The gospel is the good news of God’s saving activity in the person and work of Christ. This includes his incarnation in which he took to himself full (yet sinless) human nature; his sinless life which fulfilled the perfect law of God; his substitutionary death which paid the penalty for man’s sin and satisfied the righteous wrath of God; his resurrection demonstrating God’s satisfaction with his sacrifice; and his glorification and ascension to the right hand of the Father where he now reigns and intercedes for the church.
Such news is specific: there is a defined ‘thatness’ to the gospel which sets forth the content of both our saving faith and our proclamation. It is objective, and not to be confused with our response. It is sufficient: we can add nothing to what Christ has accomplished for us–it falls to us simply to believe this news, turning from our sins and receiving by faith all that God has done for us in Christ.”
I like this definition. It is a topped and tailed version of what normally passed for the gospel. What I mean is that two things are often added to this message.
- The top: the nature of God and man’s sinfulness before him. This an essential message. It defines the reason for the need of the gospel. But it is not part of the gospel.
- The tail: that through repentance and faith I receive all that God promises. This also is an essential message. But it is not the gospel. This is the call to respond to the gospel.
I think it is important to get this clear in our minds. It is possible to squeeze out the glory of the gospel message by spending time on the perilous situation man finds himself, terrible though it is, hammering away at it. It is possible to put all our efforts into calling and calling and calling. But all the time not having properly expounded the glory of the person and work of Christ.

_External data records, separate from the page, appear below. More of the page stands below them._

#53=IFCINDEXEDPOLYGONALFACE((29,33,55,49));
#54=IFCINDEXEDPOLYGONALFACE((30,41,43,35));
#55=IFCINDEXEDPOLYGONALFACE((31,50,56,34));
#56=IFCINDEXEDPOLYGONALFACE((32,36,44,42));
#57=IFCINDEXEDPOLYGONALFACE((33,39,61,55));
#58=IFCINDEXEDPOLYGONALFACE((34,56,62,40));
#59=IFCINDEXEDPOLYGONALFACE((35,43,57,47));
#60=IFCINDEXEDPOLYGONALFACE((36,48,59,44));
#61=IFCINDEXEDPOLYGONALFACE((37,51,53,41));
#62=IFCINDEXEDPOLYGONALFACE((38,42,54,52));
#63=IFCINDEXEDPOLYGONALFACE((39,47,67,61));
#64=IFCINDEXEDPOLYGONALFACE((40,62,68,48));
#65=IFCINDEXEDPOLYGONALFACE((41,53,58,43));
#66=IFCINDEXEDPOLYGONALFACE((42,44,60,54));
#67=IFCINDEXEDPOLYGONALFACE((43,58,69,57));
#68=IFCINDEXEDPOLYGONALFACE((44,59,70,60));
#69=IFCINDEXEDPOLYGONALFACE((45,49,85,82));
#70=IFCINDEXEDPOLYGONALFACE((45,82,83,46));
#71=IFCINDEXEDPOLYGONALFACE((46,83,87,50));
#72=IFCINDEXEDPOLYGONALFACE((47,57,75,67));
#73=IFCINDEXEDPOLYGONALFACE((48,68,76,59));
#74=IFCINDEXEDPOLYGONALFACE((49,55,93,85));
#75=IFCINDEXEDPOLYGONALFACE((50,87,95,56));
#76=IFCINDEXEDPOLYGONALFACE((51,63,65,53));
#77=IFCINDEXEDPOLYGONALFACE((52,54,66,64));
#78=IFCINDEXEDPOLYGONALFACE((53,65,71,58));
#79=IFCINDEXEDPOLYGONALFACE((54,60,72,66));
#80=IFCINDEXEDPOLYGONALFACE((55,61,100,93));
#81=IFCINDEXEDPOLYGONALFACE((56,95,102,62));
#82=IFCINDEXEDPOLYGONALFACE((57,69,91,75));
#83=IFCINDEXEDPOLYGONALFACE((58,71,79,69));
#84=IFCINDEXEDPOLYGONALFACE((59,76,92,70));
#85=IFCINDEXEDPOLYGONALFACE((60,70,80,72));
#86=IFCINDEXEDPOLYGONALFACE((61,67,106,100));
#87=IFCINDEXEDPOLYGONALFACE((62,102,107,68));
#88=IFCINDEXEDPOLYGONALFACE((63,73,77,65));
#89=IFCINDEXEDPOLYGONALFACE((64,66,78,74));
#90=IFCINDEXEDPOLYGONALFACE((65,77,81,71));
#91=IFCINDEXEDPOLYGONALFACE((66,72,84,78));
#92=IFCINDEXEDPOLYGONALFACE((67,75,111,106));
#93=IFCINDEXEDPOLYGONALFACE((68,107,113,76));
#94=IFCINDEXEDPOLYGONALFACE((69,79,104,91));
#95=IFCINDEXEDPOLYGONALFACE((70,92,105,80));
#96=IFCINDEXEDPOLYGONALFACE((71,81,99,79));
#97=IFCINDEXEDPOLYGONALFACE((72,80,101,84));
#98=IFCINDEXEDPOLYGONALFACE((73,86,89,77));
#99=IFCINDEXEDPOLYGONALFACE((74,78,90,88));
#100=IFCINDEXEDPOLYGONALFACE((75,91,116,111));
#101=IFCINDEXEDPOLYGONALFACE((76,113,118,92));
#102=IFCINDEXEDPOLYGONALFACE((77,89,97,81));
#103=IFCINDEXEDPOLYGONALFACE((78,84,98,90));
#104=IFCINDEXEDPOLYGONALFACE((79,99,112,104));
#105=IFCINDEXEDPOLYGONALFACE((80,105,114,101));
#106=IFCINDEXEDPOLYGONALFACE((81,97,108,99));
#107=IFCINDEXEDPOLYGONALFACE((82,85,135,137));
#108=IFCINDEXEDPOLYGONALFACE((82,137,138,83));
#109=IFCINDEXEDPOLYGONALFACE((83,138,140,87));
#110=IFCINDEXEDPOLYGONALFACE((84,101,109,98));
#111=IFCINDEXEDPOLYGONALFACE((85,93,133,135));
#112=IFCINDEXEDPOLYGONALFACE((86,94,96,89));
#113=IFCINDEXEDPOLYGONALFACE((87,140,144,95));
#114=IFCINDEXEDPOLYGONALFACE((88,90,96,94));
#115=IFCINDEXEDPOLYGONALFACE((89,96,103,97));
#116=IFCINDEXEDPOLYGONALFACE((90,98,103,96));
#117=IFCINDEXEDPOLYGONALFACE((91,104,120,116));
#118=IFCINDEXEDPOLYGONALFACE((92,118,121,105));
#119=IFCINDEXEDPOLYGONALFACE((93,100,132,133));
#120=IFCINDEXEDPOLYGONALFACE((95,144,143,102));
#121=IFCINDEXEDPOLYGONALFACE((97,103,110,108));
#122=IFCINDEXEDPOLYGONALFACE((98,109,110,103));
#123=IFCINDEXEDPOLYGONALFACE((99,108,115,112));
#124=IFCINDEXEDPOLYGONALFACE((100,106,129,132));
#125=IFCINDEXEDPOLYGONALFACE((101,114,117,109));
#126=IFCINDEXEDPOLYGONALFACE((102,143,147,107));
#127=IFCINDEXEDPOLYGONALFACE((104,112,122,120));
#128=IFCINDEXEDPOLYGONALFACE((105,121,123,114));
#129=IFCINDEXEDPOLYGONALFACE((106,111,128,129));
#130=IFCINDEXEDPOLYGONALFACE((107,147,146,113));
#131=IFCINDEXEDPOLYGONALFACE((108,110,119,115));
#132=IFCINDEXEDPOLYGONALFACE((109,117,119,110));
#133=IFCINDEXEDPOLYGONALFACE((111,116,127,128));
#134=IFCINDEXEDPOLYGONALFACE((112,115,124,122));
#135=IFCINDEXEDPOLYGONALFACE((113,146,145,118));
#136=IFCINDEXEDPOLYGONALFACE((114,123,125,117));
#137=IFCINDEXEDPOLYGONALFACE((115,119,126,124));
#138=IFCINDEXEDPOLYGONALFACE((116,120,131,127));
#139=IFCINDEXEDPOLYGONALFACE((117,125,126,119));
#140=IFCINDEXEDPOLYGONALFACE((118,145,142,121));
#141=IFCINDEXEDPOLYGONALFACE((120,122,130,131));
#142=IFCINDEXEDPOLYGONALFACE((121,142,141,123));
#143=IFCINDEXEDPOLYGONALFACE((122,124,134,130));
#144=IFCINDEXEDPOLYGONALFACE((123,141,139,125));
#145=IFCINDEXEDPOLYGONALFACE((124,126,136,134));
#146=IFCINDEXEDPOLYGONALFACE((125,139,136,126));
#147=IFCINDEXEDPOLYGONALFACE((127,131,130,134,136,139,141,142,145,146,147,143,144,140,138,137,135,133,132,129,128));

The more I preach the more I think that this is the need of the day. From my own experience it is easy to spend time in a sermon on the predicament of man and on urging responses. To spend time on Christ and his work requires a certain kind of man in the pulpit, who has a deepening love for Christ and appreciation of the work he has done. This is a spiritual man, spending time on apparently unproductive activities such as prayer and meditation. This is a man who loves the gospel.